«Nous avons voulu présenter l'histoire de Montréal en situant la ville, dans le temps et l'espace, au coeur des grands réseaux.»

Francine Lelièvre a pas mal la plus belle job d'historienne à Montréal: elle dirige Pointe-à-Callière, le musée d'histoire et d'archéologie de Montréal. Sur les lieux mêmes du premier établissement de l'île, au confluent du Saint-Laurent - que les Iroquoiens, les premiers habitants, appelaient «le chemin qui marche» - et la rivière Saint-Pierre, renflouée depuis.

«Pointe-à-Callière est le lieu identitaire de Montréal», dira l'historienne en présentant à La Presse le troisième spectacle multimédia de l'histoire du musée, Signé Montréal, que le public pourra voir à compter de mardi. En 1992, le premier spectacle multimédia de Pointe-à-Callière avait une approche cinématographique; pour le deuxième, au tournant du millénaire, on avait choisi un déploiement théâtral.

Signé Montréal a été conçu à partir d'une approche graphique mise au point par les créateurs de Moment Factory et de gsmprjct°, deux firmes montréalaises choisies parmi la huitaine de consortiums, à qui Pointe-à-Callière a commandé un spectacle «grand public» - public adulte et scolaire, local et touristique - et à la fine pointe de la technologie. Et qui doit, en 18 minutes, «faire connaître et aimer» l'histoire de Montréal.

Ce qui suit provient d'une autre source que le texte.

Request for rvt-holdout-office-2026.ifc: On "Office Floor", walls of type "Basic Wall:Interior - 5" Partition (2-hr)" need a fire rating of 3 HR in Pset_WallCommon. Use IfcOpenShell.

First a look at what the model holds.

```python
import ifcopenshell
import ifcopenshell.util.element

model = ifcopenshell.open("rvt-holdout-office-2026.ifc")
print(model.schema)
storey = next(s for s in model.by_type("IfcBuildingStorey") if s.Name == "Office Floor")
walls = [e for e in ifcopenshell.util.element.get_decomposition(storey) if e.is_a("IfcWall")]
seen = {}
for e in walls:
    element_type = ifcopenshell.util.element.get_type(e)
    key = (element_type.Name if element_type != e and element_type else None, ifcopenshell.util.element.get_pset(e, "Pset_WallCommon", "FireRating"))
    seen[key] = seen.get(key, 0) + 1
for (name, value), count in sorted(seen.items(), key=str):
    print(count, "x", name, "|", value)
```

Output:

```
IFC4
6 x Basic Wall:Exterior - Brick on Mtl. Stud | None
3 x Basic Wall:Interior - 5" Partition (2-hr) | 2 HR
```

```python
import ifcopenshell
import ifcopenshell.api.pset
import ifcopenshell.util.element

model = ifcopenshell.open("rvt-holdout-office-2026.ifc")

storey = next(s for s in model.by_type("IfcBuildingStorey") if s.Name == "Office Floor")
walls = [e for e in ifcopenshell.util.element.get_decomposition(storey) if e.is_a("IfcWall")]

count = 0
for e in walls:
    element_type = ifcopenshell.util.element.get_type(e)
    if element_type in (None, e) or element_type.Name != 'Basic Wall:Interior - 5" Partition (2-hr)':
        continue
    # add_pset returns the element's existing set when there is one.
    pset = ifcopenshell.api.pset.add_pset(model, product=e, name="Pset_WallCommon")
    ifcopenshell.api.pset.edit_pset(model, pset=pset, properties={"FireRating": "3 HR"})
    count += 1

print(count, "walls updated")

model.write("rvt-holdout-office-2026-out.ifc")
```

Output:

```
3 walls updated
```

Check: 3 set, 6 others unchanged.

Le tout sous la surveillance d'un comité scientifique formé de 20 historiens et d'un comité technologique idoine. «Nous avions établi une vingtaine de paramètres technologiques et autant de paramètres de contenu», explique Anne Élizabeth Thibault, la chargée de projet. «Cette «bible» nous a servi de guide jusqu'à la fin.»

Et voici Signé Montréal, scénarisé par Pierre Szalowski, spectacle multimédia «immersif» tant du point de vue visuel que sonore. Trois écrans déployés sur trois côtés (270 degrés) pour une superficie de projection de 300 mètres carrés, avec système de projection vidéo doté de 15 ordis et utilisant le procédé de fusion des contours (edge blending): les rames du métro de Montréal tournent les coins comme si de rien n'était, au-dessus des vestiges (réels) de l'édifice de la Royal Insurance. Bleu et blanc tout le temps, le métro, mais ici brillant de 10 millions de pixels!

Le spectateur - qui peut soit s'assoir devant l'écran central ou se tenir debout sur les passerelles latérales - est muni d'un casque d'écoute dans lequel Montréal peut lui parler en huit langues: français, anglais, espagnol, allemand, italien, japonais, cantonais et arabe. La musique (d'Anthony Rozankovic) et les bruits sont en surround sound: attaques des Iroquois, bombardements de la Première Guerre, cris de la foule du Forum qui acclame Maurice Richard, le Rocket.

Et ça roule! La voix française de Montréal est celle d'Isabelle Miquelon qui, souriante à souhait, lit un texte de François Hébert. Le poète «de cirque et de circonstance» (l'Hexagone, 2009) a aussi écrit le texte du livre Signé Montréal qui contient, encapsulé dans la couverture, un échantillon de terre extrait par les archéologues sur le site même du fort Ville-Marie.

«Quand j'ai vu le spectacle, dit Francine Lelièvre, je me suis dit qu'il fallait un livre pour faire vivre cette histoire hors du musée.» Devant le court délai - moins de deux mois - le musée a dû éditer lui-même le livre.

De la belle ouvrage (60 $), où «Françoué» Hébert ne s'enfarge jamais dans la chronologie de ce «parcours éclaté» qui nous fait voir, ici, Mae West et les biscuits Whippets main à main dans le même paragraphe, là, le club de golf Royal Montreal sautant de son site original du parc Jeanne-Mance à l'île Bizard.

Le spectacle (comme le livre qui présente des images fixes tirées de la vidéo) met en relief sept grandes époques de l'histoire de Montréal «plaque tournante»: de la «mer de glace» au Montréal mondial (où il ne fait pas chaud non plus), en passant par Hochelaga, Ville-Marie le Montréal et le «Montreal» de l'empire britannique, devenue métropole, puis grande ville américaine.

«Chaque époque a son style graphique, rappelle Mme Lelièvre. Et les créateurs - un artiste différent pour chaque époque - ont respecté les styles.» Les époques, elles, ont imposé le rythme: lento dans le temps de Maisonneuve, plus speed autour du parc Molson du Rosemont moderne.

Pour Francine Lelièvre, qui se compte chanceuse d'avoir participé à la réalisation de «quelque chose de différent», Signé Montréal est né de la rencontre «unique» de l'Art, de la Technologie et de l'Histoire.